When she was just three, my oldest child went for almost two weeks with undiagnosed pneumonia. Her only symptom was a fever. That’s it. No coughing, no sore throat, no stuffy nose, no rash, no nothing. For days — days, and then weeks — the well-meaning but rule-following doctors put us off for lack of other symptoms. Wait and see, they said. It’s just a virus, they said. Hydrate. Give Tylenol. Eventually, the (way overdue) chest x-ray told a different story. After two weeks, by the time they figured out what was going on, her chest — not just her lungs, but her ACTUAL CHEST CAVITY — was filled with fluid. She needed surgical intervention to save her life, to drain the fluid and repair the damage, and spent more than 10 days in a hospital. (Incidentally, this event may or may not have triggered the years-later onset of Type 1 diabetes, an autoimmune disorder which many experts believe is directly related to an emergent viral or bacterial onslaught, such as was her pneumonia.) Had anyone done the chest x-ray earlier, just days or a week earlier, perhaps the outcome would’ve been different. On many levels.

But insurance companies — and because of that, well-paid and well-intentioned doctors — don’t approve anything at first. When it could count. Err on the side of statistics is the motto.

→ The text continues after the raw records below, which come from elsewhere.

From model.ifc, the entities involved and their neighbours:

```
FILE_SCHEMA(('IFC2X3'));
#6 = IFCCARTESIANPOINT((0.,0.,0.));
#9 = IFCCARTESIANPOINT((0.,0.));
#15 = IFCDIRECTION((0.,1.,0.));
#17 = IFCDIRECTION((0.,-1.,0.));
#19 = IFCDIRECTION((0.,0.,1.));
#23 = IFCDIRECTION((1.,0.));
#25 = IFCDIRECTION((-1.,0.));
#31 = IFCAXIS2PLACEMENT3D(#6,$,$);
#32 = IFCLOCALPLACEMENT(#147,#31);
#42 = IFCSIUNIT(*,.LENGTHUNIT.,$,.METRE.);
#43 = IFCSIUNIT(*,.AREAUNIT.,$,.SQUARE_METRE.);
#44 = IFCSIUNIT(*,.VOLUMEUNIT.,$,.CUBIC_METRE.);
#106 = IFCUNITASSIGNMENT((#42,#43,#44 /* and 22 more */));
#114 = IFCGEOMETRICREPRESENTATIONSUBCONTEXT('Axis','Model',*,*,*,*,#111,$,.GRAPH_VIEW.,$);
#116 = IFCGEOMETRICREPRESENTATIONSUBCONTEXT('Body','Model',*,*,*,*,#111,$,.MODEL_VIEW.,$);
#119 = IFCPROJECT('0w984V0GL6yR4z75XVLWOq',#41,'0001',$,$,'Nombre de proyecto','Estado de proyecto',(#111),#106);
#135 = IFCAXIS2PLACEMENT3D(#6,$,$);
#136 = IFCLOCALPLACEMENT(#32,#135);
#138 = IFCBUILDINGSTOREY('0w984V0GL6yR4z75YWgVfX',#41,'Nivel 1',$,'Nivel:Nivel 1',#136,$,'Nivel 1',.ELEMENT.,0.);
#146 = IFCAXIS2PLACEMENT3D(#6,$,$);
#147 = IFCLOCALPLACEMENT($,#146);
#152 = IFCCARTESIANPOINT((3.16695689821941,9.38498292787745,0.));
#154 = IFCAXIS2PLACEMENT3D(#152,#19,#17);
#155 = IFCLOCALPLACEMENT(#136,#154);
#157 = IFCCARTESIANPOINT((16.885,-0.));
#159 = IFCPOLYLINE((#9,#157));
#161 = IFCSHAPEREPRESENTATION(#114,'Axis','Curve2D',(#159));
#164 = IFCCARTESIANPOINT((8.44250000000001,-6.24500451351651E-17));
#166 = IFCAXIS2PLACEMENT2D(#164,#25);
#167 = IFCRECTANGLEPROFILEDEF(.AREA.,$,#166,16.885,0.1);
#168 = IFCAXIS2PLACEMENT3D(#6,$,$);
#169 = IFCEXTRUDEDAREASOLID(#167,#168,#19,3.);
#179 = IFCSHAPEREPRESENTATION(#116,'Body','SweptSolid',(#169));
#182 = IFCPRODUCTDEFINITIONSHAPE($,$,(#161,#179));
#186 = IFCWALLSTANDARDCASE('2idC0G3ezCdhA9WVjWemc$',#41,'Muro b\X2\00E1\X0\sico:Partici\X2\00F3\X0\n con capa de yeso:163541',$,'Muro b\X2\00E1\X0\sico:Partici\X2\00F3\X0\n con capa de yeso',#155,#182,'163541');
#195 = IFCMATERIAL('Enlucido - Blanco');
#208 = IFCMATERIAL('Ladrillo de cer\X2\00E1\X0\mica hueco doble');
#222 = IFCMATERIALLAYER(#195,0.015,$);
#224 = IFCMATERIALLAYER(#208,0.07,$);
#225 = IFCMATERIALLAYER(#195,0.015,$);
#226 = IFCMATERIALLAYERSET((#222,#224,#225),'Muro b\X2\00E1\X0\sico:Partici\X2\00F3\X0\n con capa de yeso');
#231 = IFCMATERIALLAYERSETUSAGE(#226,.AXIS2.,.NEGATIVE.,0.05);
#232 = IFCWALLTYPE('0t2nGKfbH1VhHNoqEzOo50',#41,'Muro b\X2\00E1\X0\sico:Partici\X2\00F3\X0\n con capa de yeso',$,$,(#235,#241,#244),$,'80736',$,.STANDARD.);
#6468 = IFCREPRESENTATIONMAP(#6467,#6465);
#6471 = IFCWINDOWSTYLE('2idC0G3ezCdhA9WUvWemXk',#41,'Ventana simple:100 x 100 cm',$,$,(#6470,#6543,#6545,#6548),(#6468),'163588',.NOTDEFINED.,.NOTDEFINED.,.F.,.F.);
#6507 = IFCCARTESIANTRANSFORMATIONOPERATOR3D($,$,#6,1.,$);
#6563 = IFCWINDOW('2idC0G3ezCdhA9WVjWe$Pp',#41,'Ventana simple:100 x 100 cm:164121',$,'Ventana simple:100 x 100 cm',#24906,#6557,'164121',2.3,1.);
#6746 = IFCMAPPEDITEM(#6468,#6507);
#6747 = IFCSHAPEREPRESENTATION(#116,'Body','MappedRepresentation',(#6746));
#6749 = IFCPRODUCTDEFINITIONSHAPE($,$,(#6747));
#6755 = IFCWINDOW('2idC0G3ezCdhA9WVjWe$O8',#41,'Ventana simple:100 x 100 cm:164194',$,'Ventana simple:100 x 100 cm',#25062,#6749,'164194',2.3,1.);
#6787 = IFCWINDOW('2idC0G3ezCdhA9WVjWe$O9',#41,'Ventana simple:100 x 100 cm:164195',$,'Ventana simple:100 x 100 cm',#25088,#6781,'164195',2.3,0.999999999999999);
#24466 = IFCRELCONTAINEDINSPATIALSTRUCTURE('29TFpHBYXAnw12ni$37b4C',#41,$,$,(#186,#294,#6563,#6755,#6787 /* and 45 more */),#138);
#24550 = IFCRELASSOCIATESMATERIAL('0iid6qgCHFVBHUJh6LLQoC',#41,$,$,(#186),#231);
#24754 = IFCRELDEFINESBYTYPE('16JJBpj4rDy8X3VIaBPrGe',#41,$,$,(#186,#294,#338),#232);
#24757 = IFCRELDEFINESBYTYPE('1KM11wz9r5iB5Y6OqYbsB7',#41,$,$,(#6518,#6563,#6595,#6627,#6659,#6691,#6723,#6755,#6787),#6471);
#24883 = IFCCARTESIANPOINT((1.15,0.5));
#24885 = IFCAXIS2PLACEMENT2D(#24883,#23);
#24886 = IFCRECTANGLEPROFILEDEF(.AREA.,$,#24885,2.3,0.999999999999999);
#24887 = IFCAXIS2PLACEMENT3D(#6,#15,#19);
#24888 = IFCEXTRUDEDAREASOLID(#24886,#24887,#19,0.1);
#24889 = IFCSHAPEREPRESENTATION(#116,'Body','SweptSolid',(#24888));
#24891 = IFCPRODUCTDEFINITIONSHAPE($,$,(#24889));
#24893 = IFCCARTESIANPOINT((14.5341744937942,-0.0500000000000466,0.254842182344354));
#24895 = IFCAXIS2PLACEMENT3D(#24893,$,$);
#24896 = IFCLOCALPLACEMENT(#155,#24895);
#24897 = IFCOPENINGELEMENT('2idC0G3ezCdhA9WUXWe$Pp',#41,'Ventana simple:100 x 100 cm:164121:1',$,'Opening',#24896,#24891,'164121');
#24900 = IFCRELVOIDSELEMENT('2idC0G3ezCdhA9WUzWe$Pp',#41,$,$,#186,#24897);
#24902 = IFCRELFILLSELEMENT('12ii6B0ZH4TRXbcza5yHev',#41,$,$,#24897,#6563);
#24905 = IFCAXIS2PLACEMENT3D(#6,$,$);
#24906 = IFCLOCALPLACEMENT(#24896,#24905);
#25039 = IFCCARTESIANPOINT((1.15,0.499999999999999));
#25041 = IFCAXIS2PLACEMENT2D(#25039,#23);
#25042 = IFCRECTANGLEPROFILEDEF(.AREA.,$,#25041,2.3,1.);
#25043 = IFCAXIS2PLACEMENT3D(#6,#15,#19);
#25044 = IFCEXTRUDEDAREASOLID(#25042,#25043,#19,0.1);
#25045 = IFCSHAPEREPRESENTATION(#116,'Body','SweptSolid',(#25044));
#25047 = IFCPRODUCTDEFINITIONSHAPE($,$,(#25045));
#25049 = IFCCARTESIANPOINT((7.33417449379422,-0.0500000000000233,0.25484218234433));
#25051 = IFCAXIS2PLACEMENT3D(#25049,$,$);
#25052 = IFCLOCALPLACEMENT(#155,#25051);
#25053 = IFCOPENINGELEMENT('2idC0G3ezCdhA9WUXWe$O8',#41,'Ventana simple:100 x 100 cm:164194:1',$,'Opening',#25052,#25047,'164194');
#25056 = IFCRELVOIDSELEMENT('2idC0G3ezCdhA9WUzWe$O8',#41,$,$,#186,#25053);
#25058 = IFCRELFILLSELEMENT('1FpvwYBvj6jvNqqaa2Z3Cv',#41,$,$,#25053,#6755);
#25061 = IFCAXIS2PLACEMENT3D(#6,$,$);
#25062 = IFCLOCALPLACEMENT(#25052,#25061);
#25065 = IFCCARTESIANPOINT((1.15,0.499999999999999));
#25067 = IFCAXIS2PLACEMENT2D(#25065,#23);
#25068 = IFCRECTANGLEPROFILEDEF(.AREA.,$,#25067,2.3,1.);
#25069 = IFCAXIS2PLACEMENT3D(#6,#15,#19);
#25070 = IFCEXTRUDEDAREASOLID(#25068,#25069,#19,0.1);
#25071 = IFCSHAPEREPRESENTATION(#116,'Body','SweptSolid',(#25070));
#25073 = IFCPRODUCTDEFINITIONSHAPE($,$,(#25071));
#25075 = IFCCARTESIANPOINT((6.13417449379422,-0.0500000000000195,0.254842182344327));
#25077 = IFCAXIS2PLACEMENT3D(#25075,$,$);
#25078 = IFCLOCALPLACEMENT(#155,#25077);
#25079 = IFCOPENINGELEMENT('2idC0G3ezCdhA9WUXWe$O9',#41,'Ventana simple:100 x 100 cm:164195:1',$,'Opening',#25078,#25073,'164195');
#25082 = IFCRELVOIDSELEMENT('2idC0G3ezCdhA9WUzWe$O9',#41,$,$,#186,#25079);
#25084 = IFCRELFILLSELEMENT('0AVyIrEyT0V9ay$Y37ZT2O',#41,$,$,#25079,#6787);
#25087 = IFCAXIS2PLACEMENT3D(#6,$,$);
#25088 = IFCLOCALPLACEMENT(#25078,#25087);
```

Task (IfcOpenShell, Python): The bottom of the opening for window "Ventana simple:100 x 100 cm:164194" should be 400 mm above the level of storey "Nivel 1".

```python
import numpy as np
import ifcopenshell
import ifcopenshell.api.geometry
import ifcopenshell.geom
import ifcopenshell.util.element
import ifcopenshell.util.placement
import ifcopenshell.util.shape
import ifcopenshell.util.unit

model = ifcopenshell.open("model.ifc")
unit_scale = ifcopenshell.util.unit.calculate_unit_scale(model)

window = model.by_id(6755)
opening = window.FillsVoids[0].RelatingOpeningElement
storey = ifcopenshell.util.element.get_container(window, ifc_class="IfcBuildingStorey")
level = ifcopenshell.util.placement.get_local_placement(storey.ObjectPlacement)[2, 3]

# The opening's origin need not be at the sill, so measure its lowest point.
shape = ifcopenshell.geom.create_shape(ifcopenshell.geom.settings(), opening)
bottom = ifcopenshell.util.shape.get_shape_bottom_elevation(shape, shape.geometry) / unit_scale
dz = level + 0.4 / unit_scale - bottom

shift = np.array([0.0, 0.0, dz])
# The window is placed relative to its opening, so it follows when the opening moves.
matrix = ifcopenshell.util.placement.get_local_placement(opening.ObjectPlacement)
matrix[:3, 3] += shift
ifcopenshell.api.geometry.edit_object_placement(
    model, product=opening, matrix=matrix, is_si=False, should_transform_children=True
)

print(f"moved by {dz * unit_scale:+.3f} m")

model.write("model_edited.ifc")
```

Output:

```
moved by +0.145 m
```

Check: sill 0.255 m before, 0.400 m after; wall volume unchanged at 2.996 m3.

After all, most fevers are not chest-cavity-filling pneumonia. I get that. But an x-ray after, say, day four? Maybe justified. Maybe more than justified.

And then there is this.

My dad died of end-stage, too-late-undiagnosed liver cancer, but his doctors for many, many months treated his symptoms with prescriptions aimed at relief of reflux and related stomach issues, never once scanning for something else — despite his prior cancer history.

My mother-in-law is battling for her life. She conquered cancer twice before, yet despite that documented history, no doctor was able to effectively test early on based on her new complaints. The protocol was just not approved, based on a checklist which had nothing to do with any apparent rational thought. She bested cancer twice before and might lose the war now simply because nothing was done sooner. Because steps could not be skipped.

It’s not entirely the fault of the medical practitioners.

As patients, we are routinely assessed by medical professionals and treated for the simplest diagnosis. Because that is the rules of the insurance chart. You can’t move up the chart unless all the other steps are checked. There are rules for tests, depending on age, medical history, cancer statistics, etc. Days, weeks, months pass. And all the while, disease marches on, destroying everything in its wake.

I had a mammogram today. Not because it’s on the medical charts as “necessary” (I think I might be younger than the recommended age, but these days only just?) but because 7 years ago I had a lump.

It was a scary time, that lump and all the lumpy-related scans and biopsies and nights cuddling with four kids under the age of five and reading Good Night, Moon and The Very Hungry Caterpillar and Where The Wild Things Are and wondering when someone would give me an answer and whether or not I would be alive to see my four tiny kids be potty-trained, never mind being alive to see them get married and have babies of their own so I could know they read Good Night, Moon or the story of Max  — or all the stories yet to be written — to those yet-c0nceived babies I absolutely would spoil in the way only grandmas can.

I wondered whether or not I would be alive to see my babies get to third grade.

It was a scary time, and thankfully, that ended okay. So now I get an annual test. It’s not the best way to spend part of the day, but the clear scans make the boob-smushing worth it.

Yet many women of my age (mid-40s) don’t have this exam. (Insert gratitude here for my lovies who survived even worse than I went through.)

Even more of us don’t get colonoscopies.

Insurance companies are even starting to question the funding of routine pap smears for anyone younger than, oh, 80 or something?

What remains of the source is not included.